Work item:
Scan the records for the word "Width". Copy each line that includes it.

Entries shown:
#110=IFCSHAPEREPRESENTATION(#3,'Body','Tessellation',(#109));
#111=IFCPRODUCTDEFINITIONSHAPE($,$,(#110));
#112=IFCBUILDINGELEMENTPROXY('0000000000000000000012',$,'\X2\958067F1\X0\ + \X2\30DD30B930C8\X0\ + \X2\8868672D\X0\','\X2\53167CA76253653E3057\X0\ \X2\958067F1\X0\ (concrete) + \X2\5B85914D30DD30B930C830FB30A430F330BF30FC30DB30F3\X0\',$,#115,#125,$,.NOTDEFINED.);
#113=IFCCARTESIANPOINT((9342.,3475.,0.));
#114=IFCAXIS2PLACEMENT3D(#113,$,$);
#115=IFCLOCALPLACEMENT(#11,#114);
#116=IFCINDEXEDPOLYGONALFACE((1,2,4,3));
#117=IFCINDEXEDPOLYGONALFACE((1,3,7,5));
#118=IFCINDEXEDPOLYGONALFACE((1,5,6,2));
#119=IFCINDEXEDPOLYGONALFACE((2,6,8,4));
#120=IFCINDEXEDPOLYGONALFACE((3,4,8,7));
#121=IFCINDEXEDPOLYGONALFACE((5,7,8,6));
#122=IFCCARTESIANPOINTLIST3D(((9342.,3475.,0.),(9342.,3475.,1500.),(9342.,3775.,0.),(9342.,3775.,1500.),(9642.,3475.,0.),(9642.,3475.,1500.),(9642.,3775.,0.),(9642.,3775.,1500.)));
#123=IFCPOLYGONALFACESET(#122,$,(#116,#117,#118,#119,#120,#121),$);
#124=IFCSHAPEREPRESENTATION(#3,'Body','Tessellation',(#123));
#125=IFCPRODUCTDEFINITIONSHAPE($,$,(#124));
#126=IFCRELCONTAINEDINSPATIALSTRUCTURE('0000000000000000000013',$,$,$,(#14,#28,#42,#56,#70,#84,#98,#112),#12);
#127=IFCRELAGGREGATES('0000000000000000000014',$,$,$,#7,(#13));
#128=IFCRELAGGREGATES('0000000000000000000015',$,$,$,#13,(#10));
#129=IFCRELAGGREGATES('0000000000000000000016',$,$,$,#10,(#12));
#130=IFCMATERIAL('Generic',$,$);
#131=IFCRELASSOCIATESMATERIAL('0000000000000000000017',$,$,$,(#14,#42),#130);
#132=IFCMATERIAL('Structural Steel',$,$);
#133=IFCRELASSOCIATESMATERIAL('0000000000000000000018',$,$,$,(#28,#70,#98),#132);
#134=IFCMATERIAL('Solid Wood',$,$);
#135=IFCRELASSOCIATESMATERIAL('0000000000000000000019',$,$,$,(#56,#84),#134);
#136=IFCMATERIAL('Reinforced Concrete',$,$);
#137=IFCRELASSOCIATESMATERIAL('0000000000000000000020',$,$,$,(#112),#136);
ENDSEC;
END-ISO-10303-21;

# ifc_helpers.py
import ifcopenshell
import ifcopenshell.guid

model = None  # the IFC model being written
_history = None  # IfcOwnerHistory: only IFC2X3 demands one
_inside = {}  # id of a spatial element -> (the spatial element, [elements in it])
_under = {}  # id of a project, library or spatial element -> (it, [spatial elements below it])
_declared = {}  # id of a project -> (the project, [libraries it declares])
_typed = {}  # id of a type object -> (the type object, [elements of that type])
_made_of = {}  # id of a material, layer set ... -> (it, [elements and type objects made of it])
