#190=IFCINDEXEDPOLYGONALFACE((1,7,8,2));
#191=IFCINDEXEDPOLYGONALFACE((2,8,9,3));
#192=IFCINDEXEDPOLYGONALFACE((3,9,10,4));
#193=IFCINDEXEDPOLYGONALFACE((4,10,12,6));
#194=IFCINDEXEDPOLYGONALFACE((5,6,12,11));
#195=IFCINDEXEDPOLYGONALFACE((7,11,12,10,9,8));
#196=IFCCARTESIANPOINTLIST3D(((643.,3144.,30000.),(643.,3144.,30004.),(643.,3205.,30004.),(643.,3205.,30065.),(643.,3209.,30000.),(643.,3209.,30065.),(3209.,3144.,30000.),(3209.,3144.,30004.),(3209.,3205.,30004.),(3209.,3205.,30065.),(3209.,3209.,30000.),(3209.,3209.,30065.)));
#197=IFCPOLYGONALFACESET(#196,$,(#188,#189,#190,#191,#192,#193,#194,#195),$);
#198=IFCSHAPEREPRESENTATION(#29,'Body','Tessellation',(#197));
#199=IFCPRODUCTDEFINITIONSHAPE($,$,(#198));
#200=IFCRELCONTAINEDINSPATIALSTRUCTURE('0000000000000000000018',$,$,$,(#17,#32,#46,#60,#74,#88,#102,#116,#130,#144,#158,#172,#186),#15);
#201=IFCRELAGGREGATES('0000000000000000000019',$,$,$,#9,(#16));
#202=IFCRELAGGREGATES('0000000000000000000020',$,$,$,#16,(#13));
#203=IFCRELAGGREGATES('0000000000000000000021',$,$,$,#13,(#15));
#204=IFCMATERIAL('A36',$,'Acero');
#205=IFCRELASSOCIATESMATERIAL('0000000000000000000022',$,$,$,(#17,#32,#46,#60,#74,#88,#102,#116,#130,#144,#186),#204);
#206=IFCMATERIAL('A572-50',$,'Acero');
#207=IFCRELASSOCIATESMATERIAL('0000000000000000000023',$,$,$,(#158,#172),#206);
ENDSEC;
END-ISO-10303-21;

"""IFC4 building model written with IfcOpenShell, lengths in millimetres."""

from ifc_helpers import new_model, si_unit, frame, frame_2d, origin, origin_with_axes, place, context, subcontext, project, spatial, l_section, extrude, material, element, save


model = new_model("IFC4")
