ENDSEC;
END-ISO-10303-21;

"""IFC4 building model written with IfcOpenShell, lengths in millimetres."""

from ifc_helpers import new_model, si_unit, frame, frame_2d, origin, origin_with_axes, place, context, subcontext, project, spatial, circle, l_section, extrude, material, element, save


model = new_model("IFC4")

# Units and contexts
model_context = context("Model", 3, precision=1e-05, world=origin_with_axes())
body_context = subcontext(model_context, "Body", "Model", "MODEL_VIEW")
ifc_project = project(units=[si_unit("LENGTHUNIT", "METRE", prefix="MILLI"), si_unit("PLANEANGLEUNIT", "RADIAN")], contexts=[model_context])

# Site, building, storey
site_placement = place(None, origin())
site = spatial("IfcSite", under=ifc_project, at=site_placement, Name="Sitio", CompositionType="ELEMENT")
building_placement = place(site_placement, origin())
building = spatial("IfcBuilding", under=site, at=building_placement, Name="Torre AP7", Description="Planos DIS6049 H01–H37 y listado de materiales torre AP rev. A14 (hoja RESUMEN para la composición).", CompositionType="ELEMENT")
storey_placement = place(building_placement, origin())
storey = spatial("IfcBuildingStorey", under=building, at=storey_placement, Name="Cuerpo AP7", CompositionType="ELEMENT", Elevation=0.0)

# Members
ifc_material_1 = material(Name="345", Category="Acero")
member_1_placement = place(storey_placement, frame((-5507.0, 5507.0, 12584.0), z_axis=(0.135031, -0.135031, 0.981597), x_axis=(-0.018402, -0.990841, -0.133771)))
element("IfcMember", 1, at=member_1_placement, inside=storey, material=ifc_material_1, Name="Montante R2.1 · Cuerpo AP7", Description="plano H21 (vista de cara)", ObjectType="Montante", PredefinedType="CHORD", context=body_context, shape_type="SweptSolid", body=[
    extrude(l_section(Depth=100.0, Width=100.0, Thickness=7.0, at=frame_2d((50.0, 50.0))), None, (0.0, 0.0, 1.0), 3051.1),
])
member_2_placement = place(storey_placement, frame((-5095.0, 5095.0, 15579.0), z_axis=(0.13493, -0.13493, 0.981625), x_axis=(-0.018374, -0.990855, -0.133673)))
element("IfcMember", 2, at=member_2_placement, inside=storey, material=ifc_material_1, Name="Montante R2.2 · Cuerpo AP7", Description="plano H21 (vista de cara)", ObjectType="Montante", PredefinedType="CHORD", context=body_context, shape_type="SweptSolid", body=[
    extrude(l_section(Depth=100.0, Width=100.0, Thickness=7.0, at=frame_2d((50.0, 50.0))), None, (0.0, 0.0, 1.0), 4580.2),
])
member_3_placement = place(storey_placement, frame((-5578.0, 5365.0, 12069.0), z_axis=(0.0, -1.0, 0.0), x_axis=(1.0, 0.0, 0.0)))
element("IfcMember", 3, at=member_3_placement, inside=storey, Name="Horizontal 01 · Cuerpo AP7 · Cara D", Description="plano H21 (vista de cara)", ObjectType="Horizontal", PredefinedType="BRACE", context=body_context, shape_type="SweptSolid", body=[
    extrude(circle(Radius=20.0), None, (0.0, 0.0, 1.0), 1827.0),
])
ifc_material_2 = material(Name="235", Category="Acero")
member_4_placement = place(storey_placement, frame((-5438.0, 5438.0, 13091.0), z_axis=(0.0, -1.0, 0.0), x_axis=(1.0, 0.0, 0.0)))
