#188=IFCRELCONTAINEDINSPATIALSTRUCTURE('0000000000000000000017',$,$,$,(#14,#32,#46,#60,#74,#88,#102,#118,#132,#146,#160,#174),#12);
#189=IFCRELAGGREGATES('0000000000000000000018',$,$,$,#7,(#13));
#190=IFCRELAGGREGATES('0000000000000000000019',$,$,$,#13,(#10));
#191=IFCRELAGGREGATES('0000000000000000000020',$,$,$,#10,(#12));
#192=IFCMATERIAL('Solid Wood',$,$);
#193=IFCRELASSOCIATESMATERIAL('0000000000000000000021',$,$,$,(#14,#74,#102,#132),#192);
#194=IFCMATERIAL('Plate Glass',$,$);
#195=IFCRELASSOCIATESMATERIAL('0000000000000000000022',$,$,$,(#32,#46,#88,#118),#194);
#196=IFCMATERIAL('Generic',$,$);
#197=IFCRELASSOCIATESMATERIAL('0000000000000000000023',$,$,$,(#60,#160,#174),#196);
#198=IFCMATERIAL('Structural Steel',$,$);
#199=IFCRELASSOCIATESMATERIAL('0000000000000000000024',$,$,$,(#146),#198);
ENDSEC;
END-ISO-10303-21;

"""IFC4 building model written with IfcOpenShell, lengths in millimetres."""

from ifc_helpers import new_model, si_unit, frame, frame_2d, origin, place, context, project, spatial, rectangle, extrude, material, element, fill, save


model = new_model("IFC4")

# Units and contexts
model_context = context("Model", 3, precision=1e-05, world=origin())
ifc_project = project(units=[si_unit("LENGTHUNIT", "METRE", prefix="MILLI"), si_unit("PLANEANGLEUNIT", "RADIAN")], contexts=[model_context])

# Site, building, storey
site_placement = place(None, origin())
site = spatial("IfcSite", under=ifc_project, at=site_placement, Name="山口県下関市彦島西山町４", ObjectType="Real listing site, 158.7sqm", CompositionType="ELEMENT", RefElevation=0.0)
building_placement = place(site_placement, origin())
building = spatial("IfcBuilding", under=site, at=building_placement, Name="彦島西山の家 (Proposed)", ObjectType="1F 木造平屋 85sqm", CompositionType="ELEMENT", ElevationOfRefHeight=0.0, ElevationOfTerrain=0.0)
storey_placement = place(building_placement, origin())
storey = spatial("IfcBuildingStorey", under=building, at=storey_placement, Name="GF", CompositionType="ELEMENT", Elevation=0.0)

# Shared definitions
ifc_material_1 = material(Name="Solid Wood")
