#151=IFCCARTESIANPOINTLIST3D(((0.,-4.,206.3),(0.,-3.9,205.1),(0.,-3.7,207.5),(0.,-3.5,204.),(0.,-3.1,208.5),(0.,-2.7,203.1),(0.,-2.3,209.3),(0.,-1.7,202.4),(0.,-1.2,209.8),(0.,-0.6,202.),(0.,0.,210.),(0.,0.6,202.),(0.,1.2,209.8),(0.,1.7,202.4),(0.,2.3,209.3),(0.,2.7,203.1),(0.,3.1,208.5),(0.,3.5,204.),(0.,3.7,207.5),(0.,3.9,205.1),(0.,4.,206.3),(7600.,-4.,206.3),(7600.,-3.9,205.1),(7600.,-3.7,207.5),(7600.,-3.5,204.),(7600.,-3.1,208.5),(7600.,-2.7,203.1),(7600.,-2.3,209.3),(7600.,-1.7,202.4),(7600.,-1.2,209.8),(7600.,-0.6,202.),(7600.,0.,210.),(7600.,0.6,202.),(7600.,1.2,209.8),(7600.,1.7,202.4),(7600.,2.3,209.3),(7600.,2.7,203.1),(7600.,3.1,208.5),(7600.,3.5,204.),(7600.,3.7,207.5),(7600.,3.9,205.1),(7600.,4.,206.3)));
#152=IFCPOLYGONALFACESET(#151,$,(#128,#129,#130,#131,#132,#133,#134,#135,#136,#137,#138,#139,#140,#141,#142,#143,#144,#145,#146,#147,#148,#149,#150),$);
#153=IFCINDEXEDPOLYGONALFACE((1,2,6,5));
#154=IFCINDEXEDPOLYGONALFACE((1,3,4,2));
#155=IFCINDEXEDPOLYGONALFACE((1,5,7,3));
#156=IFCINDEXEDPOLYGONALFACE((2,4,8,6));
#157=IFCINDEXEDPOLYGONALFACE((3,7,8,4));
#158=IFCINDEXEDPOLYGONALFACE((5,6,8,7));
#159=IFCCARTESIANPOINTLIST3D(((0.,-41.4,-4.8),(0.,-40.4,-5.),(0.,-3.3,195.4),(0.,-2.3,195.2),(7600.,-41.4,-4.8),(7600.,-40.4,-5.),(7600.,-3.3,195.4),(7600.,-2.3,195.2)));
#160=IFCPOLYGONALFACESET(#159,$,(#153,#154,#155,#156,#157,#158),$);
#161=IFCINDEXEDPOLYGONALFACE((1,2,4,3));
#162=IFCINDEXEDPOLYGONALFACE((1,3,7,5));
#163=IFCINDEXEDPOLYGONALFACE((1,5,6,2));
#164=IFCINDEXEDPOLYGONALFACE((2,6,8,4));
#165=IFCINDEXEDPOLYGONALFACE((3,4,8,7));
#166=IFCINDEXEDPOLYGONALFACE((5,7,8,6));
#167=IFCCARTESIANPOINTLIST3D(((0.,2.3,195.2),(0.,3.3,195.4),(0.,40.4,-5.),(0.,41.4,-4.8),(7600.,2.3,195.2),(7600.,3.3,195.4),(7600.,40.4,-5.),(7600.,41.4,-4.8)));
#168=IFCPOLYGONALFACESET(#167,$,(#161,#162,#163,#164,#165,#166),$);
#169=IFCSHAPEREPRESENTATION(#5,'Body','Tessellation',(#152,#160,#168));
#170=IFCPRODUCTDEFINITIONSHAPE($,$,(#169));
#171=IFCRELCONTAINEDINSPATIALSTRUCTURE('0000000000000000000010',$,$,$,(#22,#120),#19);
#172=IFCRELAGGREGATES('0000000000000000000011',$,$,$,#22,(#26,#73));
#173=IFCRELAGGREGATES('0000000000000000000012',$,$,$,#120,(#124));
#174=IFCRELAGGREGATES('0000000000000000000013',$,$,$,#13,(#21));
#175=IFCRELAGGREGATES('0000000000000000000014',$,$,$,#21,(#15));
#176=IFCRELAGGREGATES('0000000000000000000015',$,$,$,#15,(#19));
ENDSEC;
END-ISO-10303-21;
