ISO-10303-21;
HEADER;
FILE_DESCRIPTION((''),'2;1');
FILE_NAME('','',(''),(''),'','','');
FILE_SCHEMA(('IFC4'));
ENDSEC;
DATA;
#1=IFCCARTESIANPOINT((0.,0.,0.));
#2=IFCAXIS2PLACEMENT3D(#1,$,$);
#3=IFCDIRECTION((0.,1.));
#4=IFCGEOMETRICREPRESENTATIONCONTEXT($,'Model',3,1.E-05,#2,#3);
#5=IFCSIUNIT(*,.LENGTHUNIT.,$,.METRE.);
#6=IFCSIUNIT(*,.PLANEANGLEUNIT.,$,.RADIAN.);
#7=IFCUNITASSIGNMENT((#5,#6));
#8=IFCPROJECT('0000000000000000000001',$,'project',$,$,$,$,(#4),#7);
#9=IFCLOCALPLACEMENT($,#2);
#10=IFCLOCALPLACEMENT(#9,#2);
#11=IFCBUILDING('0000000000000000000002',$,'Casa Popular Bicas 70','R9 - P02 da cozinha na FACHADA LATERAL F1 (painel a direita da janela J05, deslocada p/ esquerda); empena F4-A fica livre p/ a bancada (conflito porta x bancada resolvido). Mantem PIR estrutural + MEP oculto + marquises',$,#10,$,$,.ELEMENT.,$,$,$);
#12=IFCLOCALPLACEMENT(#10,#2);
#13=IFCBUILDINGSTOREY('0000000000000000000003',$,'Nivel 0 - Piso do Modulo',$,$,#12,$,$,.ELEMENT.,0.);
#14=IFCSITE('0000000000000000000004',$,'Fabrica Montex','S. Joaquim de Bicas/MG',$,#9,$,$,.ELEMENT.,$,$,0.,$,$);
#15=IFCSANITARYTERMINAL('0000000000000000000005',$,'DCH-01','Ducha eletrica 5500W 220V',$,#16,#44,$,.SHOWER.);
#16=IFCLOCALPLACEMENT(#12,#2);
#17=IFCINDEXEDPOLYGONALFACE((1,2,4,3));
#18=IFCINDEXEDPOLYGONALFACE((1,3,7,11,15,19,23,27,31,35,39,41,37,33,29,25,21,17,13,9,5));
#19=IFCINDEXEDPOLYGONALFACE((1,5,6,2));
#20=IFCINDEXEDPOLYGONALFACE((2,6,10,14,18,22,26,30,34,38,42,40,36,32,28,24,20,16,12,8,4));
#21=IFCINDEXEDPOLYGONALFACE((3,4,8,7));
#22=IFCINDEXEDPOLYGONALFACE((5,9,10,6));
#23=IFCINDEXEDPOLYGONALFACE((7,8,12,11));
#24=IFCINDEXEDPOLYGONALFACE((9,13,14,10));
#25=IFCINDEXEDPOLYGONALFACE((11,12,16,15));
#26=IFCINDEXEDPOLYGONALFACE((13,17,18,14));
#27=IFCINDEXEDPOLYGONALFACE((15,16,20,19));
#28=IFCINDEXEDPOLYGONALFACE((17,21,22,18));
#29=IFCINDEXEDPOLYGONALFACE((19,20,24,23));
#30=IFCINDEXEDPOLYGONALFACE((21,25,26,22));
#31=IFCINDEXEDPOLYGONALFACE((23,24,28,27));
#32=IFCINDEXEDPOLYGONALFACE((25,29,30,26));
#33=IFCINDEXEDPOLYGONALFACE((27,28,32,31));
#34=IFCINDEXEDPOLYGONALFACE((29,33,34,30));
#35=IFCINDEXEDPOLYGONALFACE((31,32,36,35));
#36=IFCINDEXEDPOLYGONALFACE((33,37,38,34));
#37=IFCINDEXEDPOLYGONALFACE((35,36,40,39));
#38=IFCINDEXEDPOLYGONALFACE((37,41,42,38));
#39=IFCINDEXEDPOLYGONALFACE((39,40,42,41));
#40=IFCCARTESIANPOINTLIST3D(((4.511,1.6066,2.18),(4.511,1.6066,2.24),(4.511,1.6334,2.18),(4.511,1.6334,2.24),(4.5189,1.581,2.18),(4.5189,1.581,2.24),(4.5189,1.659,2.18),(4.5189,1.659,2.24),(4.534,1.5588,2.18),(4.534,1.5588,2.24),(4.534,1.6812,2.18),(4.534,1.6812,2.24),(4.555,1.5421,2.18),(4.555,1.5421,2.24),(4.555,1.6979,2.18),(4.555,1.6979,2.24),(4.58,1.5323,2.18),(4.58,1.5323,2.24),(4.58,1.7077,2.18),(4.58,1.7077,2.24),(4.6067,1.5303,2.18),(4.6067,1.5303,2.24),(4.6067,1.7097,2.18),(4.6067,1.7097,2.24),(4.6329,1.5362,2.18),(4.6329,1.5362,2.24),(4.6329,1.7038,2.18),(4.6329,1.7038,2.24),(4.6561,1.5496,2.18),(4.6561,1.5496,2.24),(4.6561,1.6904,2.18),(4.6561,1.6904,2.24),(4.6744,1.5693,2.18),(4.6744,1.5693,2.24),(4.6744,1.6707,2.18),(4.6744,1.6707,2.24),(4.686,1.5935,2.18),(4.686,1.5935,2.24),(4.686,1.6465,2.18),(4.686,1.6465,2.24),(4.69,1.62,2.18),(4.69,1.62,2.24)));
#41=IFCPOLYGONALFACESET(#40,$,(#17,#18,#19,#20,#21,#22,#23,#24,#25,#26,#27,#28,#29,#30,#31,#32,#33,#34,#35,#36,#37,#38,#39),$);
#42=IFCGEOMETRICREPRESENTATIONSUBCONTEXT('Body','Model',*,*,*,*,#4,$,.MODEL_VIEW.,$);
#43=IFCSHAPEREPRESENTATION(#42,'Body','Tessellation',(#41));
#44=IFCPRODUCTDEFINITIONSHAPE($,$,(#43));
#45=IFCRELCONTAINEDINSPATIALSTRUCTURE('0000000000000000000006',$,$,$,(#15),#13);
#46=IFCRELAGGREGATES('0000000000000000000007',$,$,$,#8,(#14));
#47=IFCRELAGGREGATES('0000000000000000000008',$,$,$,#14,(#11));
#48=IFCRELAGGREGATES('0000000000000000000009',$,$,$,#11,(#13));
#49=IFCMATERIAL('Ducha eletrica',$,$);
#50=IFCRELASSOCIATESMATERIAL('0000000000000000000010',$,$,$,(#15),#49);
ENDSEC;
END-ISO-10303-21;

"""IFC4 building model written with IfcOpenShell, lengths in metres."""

from ifc_helpers import new_model, si_unit, direction, frame, origin, origin_2d, place, context, subcontext, project, spatial, circle, extrude, material, element, save


model = new_model("IFC4")

# Units and contexts
model_context = context("Model", 3, precision=1e-05, world=origin(), true_north=direction((0.0, 1.0)))
body_context = subcontext(model_context, "Body", "Model", "MODEL_VIEW")
ifc_project = project(units=[si_unit("LENGTHUNIT", "METRE"), si_unit("PLANEANGLEUNIT", "RADIAN")], contexts=[model_context])

# Site, building, storey
site_placement = place(None, origin())
site = spatial("IfcSite", under=ifc_project, at=site_placement, Name="Fabrica Montex", Description="S. Joaquim de Bicas/MG", CompositionType="ELEMENT", RefElevation=0.0)
building_placement = place(site_placement, origin())
building = spatial("IfcBuilding", under=site, at=building_placement, Name="Casa Popular Bicas 70", Description="R9 - P02 da cozinha na FACHADA LATERAL F1 (painel a direita da janela J05, deslocada p/ esquerda); empena F4-A fica livre p/ a bancada (conflito porta x bancada resolvido). Mantem PIR estrutural + MEP oculto + marquises", CompositionType="ELEMENT")
storey_placement = place(building_placement, origin())
storey = spatial("IfcBuildingStorey", under=building, at=storey_placement, Name="Nivel 0 - Piso do Modulo", CompositionType="ELEMENT", Elevation=0.0)

# Sanitary terminal
ifc_material_1 = material(Name="Ducha eletrica")
sanitary_terminal_1_placement = place(storey_placement, frame((4.6, 1.62, 2.18)))
element("IfcSanitaryTerminal", 1, at=sanitary_terminal_1_placement, inside=storey, material=ifc_material_1, Name="DCH-01", Description="Ducha eletrica 5500W 220V", PredefinedType="SHOWER", context=body_context, shape_type="SweptSolid", body=[
    extrude(circle(Radius=0.09, at=origin_2d()), origin(), (0.0, 0.0, 1.0), 0.06),
])

save(model, "model.ifc")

Problem solution:
    extrude(l_section(Depth=100.0, Width=100.0, Thickness=7.0, at=frame_2d((50.0, 50.0))), None, (0.0, 0.0, 1.0), 3051.1),
    extrude(l_section(Depth=100.0, Width=100.0, Thickness=7.0, at=frame_2d((50.0, 50.0))), None, (0.0, 0.0, 1.0), 4580.2),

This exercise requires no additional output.